Medico della Peste: w Polsce , no prosze nie zartuj./
I tu i tu bedziesz mial g...
To zloty interes bierzesz kase co miesiac od frajera a za 30 lat.Moj Boze kto wie co bedzie za 30 lat.Kasy na pewno juz nie bedzie :)
Generalnie w Polsce jest jedna zasada :jesli Cie można wydymać to Cie wydymają.
Gdzie w tym kraju cebuli prywatne ubezpieczenia:D
Przecież wiedza przeciętnego szaraka nt. inwestowania, rynku kapitałowego jest praktycznie zerowa.
Stowarzyszenie Inwestorów Indywidualnych liczy sobie w Polsce 10 tys osób, licząc nawet, że jest takich osób 50 tysięcy, w kraju liczącym około 38 milionów - raczej blado :D
Medico della Peste -> jeżeli uznajemy, że Państwo nie daje nam żadnych gwarancji i nie zapewnie opieki nad obywatelami, to do niczego nam nie jest potrzebne. Bo jeśli nie będzie ZUS - emerytur, rent i zasiłków, to nie będzie nic - wojska, policji, opieki zdrowotnej... Nie ma nic pewnego na tym świecie, ale prywatne ubezpieczenie to dobra sprawa, jednak tylko jako dodatkowe koło ratunkowe.
Dokładnie tak uważam - państwo polskie nie jest do niczego potrzebne.
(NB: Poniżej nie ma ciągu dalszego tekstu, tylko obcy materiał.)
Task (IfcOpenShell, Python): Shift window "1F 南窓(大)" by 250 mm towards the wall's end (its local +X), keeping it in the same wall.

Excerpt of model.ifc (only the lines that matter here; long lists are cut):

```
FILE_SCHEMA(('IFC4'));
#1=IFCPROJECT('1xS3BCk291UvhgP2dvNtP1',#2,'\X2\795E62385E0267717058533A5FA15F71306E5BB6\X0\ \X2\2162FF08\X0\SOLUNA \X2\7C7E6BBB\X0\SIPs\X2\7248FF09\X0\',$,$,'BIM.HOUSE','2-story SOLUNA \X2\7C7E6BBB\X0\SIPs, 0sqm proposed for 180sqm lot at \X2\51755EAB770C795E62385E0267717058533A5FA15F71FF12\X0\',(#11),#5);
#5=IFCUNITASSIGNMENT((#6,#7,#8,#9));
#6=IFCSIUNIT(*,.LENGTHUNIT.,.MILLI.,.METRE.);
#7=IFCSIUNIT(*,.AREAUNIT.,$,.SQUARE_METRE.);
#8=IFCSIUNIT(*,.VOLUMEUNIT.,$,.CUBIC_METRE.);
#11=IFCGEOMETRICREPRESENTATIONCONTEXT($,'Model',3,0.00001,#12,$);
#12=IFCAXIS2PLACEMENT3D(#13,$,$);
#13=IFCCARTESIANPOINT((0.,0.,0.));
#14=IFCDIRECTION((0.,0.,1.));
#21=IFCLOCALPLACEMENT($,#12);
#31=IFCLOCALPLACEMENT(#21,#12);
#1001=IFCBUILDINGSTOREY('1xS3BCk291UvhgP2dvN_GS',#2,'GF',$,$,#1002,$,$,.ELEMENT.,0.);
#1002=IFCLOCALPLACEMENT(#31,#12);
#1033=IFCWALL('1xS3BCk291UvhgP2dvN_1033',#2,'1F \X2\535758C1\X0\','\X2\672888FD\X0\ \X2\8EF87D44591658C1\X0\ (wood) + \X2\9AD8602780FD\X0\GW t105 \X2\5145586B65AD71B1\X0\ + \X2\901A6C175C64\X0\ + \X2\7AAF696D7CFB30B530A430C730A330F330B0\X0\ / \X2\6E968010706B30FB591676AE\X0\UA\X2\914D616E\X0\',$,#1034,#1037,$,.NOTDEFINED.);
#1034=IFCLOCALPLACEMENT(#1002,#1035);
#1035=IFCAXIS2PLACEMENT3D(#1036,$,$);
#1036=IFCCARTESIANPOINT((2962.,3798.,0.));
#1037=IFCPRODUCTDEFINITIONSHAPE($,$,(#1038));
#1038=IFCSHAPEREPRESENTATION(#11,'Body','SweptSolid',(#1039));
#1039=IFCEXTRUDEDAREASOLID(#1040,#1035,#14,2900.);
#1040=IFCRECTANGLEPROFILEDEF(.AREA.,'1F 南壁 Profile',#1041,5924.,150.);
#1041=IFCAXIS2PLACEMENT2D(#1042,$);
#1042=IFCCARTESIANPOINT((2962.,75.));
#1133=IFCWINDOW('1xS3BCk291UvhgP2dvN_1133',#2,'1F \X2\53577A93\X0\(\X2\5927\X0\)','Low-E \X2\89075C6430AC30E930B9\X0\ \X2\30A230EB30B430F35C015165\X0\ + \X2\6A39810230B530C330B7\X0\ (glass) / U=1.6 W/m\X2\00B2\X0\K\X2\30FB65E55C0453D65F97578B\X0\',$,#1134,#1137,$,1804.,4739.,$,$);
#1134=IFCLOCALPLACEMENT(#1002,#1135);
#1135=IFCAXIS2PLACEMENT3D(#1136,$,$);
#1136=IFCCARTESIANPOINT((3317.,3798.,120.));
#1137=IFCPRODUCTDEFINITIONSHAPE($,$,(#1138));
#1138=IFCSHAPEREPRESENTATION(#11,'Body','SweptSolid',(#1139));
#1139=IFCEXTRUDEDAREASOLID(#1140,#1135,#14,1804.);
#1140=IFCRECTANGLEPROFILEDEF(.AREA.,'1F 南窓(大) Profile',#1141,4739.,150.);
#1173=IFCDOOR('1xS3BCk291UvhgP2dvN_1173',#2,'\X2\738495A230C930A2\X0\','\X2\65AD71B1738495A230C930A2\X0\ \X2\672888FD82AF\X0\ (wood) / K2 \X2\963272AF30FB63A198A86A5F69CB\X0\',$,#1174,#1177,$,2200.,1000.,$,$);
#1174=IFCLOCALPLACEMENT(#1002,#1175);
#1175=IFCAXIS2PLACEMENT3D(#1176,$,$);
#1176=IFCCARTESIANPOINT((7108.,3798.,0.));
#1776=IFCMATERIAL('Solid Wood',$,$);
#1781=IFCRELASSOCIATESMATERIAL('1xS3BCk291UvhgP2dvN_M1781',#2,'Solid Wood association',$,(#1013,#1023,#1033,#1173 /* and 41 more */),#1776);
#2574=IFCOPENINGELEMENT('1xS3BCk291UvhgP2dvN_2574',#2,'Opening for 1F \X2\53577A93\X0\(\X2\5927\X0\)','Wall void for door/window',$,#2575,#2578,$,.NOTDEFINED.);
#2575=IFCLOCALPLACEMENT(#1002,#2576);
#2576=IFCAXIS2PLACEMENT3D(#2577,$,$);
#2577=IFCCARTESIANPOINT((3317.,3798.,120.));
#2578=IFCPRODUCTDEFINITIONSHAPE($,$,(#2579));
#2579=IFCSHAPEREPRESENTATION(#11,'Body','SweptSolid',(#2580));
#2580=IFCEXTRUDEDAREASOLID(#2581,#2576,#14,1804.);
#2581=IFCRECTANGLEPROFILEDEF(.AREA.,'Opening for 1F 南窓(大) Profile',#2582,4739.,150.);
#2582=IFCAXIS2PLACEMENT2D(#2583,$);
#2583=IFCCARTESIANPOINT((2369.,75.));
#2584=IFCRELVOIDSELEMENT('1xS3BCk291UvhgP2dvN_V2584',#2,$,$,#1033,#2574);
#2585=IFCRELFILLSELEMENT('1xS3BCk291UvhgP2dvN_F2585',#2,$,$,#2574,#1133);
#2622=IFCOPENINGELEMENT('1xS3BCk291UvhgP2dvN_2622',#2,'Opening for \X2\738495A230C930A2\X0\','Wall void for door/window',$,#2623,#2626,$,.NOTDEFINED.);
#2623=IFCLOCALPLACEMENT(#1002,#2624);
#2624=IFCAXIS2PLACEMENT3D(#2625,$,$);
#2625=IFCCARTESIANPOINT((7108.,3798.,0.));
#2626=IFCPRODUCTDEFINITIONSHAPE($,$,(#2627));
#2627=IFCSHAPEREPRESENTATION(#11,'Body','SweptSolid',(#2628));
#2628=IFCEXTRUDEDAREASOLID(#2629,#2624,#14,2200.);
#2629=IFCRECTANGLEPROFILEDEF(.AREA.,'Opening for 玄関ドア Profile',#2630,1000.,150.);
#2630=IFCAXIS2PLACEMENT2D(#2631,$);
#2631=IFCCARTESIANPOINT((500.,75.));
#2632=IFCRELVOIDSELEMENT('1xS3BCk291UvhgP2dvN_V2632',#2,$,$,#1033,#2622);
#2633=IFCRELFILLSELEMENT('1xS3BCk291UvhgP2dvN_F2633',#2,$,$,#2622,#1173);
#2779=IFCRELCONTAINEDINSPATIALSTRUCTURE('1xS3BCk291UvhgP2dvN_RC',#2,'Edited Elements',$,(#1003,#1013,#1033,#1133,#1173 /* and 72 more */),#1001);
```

```python
import ifcopenshell
import ifcopenshell.api.geometry
import ifcopenshell.util.placement
import ifcopenshell.util.unit

model = ifcopenshell.open("model.ifc")
unit_scale = ifcopenshell.util.unit.calculate_unit_scale(model)

window = model.by_id(1133)
opening = window.FillsVoids[0].RelatingOpeningElement
wall = opening.VoidsElements[0].RelatingBuildingElement

wall_matrix = ifcopenshell.util.placement.get_local_placement(wall.ObjectPlacement)
shift = wall_matrix[:3, 0] * 0.25 / unit_scale
before = ifcopenshell.util.placement.get_local_placement(window.ObjectPlacement)[:3, 3].copy()

# The window is not placed relative to its opening, so move both.
for product in (opening, window):
    matrix = ifcopenshell.util.placement.get_local_placement(product.ObjectPlacement)
    matrix[:3, 3] += shift
    ifcopenshell.api.geometry.edit_object_placement(model, product=product, matrix=matrix, is_si=False)

after = ifcopenshell.util.placement.get_local_placement(window.ObjectPlacement)[:3, 3]
print("window moved by", (after - before).round(3) + 0.0)

model.write("model_updated.ifc")
```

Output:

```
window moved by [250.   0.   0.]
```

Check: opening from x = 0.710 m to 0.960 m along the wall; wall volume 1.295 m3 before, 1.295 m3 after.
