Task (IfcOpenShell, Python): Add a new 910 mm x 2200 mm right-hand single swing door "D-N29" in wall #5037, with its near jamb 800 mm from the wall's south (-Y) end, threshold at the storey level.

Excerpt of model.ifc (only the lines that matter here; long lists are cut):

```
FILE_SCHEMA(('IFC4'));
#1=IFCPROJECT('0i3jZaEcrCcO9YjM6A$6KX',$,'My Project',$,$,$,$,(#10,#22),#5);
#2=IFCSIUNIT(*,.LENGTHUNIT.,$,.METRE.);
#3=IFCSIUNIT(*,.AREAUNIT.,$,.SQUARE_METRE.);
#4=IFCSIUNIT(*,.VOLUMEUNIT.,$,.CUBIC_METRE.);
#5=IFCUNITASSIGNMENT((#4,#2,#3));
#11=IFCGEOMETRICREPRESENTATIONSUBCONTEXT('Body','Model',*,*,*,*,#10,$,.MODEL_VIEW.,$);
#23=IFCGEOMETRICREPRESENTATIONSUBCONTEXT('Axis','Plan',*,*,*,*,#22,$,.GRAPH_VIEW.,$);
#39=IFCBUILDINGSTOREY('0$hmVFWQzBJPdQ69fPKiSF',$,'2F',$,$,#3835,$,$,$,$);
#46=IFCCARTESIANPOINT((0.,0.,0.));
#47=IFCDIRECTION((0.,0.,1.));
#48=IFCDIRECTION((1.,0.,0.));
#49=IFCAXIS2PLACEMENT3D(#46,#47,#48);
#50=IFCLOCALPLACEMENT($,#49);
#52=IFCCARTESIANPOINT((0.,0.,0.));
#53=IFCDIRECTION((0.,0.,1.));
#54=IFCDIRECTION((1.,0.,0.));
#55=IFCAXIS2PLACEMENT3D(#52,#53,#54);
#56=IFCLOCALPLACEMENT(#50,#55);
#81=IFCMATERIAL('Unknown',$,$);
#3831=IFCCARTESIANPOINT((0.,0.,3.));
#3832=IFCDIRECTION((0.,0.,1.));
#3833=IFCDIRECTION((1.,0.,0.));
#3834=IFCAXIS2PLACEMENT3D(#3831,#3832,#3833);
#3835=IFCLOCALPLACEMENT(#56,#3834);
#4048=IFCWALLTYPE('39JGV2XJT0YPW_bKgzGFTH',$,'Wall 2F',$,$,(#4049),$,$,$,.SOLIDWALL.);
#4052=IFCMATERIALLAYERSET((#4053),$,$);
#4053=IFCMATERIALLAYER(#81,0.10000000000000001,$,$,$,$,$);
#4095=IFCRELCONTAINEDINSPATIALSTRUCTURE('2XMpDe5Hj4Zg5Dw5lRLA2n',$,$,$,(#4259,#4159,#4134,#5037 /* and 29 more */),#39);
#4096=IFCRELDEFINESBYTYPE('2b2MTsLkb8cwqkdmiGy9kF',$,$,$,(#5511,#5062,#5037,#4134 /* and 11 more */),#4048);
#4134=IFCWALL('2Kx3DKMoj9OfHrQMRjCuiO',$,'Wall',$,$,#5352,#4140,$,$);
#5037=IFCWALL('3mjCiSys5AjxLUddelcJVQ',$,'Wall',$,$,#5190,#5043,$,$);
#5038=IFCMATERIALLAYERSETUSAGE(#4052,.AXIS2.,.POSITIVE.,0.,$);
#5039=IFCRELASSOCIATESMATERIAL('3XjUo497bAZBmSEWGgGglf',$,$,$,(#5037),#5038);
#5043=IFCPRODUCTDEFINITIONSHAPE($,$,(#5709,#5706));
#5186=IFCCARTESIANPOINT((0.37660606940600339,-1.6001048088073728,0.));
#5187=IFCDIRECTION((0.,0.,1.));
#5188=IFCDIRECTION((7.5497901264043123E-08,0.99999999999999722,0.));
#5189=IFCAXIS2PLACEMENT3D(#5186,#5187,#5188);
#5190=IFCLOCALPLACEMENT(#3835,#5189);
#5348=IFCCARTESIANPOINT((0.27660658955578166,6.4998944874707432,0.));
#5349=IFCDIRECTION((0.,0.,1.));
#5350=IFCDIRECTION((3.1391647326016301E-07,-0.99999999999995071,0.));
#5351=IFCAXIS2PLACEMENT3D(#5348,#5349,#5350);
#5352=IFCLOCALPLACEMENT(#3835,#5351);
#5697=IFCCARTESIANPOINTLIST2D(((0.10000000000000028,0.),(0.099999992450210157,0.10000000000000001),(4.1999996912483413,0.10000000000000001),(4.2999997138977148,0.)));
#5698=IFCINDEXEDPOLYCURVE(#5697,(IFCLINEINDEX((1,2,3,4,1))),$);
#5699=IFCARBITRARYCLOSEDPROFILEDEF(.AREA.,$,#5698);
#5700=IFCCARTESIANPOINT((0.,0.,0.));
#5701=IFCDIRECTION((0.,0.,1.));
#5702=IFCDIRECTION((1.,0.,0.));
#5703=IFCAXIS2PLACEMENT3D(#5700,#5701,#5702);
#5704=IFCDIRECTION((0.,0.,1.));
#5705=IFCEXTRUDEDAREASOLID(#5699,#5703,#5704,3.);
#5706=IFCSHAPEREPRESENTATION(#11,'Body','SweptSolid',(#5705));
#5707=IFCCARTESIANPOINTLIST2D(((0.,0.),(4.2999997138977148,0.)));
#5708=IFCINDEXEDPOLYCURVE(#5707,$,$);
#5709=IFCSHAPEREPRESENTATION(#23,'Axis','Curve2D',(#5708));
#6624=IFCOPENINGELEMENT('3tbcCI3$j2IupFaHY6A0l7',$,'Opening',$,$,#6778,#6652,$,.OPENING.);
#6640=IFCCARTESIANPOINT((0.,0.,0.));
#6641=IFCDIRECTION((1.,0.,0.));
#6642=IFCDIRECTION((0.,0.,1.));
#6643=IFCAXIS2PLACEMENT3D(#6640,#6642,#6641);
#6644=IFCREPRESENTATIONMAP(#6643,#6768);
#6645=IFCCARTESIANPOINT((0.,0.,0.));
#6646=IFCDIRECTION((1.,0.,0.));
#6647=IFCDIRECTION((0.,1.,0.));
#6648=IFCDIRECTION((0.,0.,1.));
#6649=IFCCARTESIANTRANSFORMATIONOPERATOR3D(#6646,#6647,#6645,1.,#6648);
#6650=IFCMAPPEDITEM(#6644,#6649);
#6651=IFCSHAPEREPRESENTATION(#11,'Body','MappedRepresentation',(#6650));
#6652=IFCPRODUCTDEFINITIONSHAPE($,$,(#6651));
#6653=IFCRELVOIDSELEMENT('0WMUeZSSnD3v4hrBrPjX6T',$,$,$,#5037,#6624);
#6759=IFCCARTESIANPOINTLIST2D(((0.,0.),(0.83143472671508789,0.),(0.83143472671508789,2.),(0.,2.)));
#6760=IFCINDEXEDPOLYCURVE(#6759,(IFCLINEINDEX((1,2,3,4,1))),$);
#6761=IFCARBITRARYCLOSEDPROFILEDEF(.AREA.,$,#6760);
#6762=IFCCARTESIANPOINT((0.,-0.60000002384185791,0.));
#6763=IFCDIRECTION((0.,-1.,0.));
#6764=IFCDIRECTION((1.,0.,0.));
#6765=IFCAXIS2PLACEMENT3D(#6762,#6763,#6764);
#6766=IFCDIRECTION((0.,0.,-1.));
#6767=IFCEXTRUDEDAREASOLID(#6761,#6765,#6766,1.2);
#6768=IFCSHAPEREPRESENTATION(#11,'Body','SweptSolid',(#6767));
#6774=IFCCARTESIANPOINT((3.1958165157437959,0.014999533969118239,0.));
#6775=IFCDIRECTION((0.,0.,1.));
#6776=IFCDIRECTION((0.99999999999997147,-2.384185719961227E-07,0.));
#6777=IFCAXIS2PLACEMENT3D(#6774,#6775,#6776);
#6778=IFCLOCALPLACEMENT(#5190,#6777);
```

```python
import numpy as np
import ifcopenshell
import ifcopenshell.api.feature
import ifcopenshell.api.geometry
import ifcopenshell.api.root
import ifcopenshell.api.spatial
import ifcopenshell.geom
import ifcopenshell.util.element
import ifcopenshell.util.placement
import ifcopenshell.util.representation
import ifcopenshell.util.shape
import ifcopenshell.util.unit

model = ifcopenshell.open("model.ifc")
unit_scale = ifcopenshell.util.unit.calculate_unit_scale(model)
settings = ifcopenshell.geom.settings()


def volume(element):
    """Net volume in cubic metres, openings subtracted."""
    shape = ifcopenshell.geom.create_shape(settings, element)
    return ifcopenshell.util.shape.get_volume(shape.geometry)


wall = model.by_guid("3mjCiSys5AjxLUddelcJVQ")
storey = ifcopenshell.util.element.get_container(wall, ifc_class="IfcBuildingStorey")
context = ifcopenshell.util.representation.get_context(model, "Model", "Body", "MODEL_VIEW")
before = volume(wall)

width, height, from_end, sill = 0.91, 2.2, 0.8, 0.0  # metres

# The wall runs along its own X axis, and the end named is its -X end.
wall_shape = ifcopenshell.geom.create_shape(settings, wall)
x, y, z = ifcopenshell.util.shape.get_vertices(wall_shape.geometry).T
start = x.min() + from_end
face, thickness = float(y.min()), float(y.max() - y.min())
wall_matrix = ifcopenshell.util.placement.get_local_placement(wall.ObjectPlacement)
level = ifcopenshell.util.placement.get_local_placement(storey.ObjectPlacement)[2, 3]


def in_wall(x, y):
    """Placement at x, y metres in the wall's axes, at sill height."""
    matrix = wall_matrix.copy()
    matrix[:, 3] = wall_matrix @ np.array([x / unit_scale, y / unit_scale, 0.0, 1.0])
    matrix[2, 3] = level + sill / unit_scale
    return matrix


# Opening: a box that overshoots both wall faces by 50 mm.
opening = ifcopenshell.api.root.create_entity(model, ifc_class="IfcOpeningElement", predefined_type="OPENING")
box = ifcopenshell.api.geometry.add_wall_representation(
    model, context=context, length=width, height=height, thickness=thickness + 0.1
)
ifcopenshell.api.geometry.assign_representation(model, product=opening, representation=box)
ifcopenshell.api.geometry.edit_object_placement(model, product=opening, matrix=in_wall(start, face - 0.05), is_si=False)
ifcopenshell.api.feature.add_feature(model, feature=opening, element=wall)

door = ifcopenshell.api.root.create_entity(model, ifc_class="IfcDoor", name="D-N29", predefined_type="DOOR")
door.OverallWidth, door.OverallHeight = width / unit_scale, height / unit_scale
door.OperationType = "SINGLE_SWING_RIGHT"
body = ifcopenshell.api.geometry.add_door_representation(
    model,
    context=context,
    overall_width=door.OverallWidth,
    overall_height=door.OverallHeight,
    operation_type="SINGLE_SWING_RIGHT",
    lining_properties={"LiningDepth": thickness / unit_scale, "ThresholdDepth": thickness / unit_scale},
)
ifcopenshell.api.geometry.assign_representation(model, product=door, representation=body)
ifcopenshell.api.spatial.assign_container(model, products=[door], relating_structure=storey)
ifcopenshell.api.feature.add_filling(model, opening=opening, element=door)

# The lining spans the wall, so the door starts at the wall face.
ifcopenshell.api.geometry.edit_object_placement(model, product=door, matrix=in_wall(start, face), is_si=False)

after = volume(wall)

print(f"wall volume {before:.3f} -> {after:.3f} m3")

model.write("model_edited.ifc")
```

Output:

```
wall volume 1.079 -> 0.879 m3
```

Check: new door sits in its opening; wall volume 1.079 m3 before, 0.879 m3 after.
Nawet ta opieka medyczna - płacę co miesiąc a jak muszę iść do lekarza czy dentysty to i tak zawsze muszę zapłacić, bo nie mam czasu czekać. Państwo to biurokratyczny wrzód, jedyną rzeczą, którą powinno zapewniać jest bezpieczeństwo zewnętrzne i wewnętrzne, cała reszta jak szkolnictwo, opieka zdrowotna spokojnie mogłaby być prywatna. Oczywiście byłoby to kosztem różnego rodzaju nieudaczników ale trudno.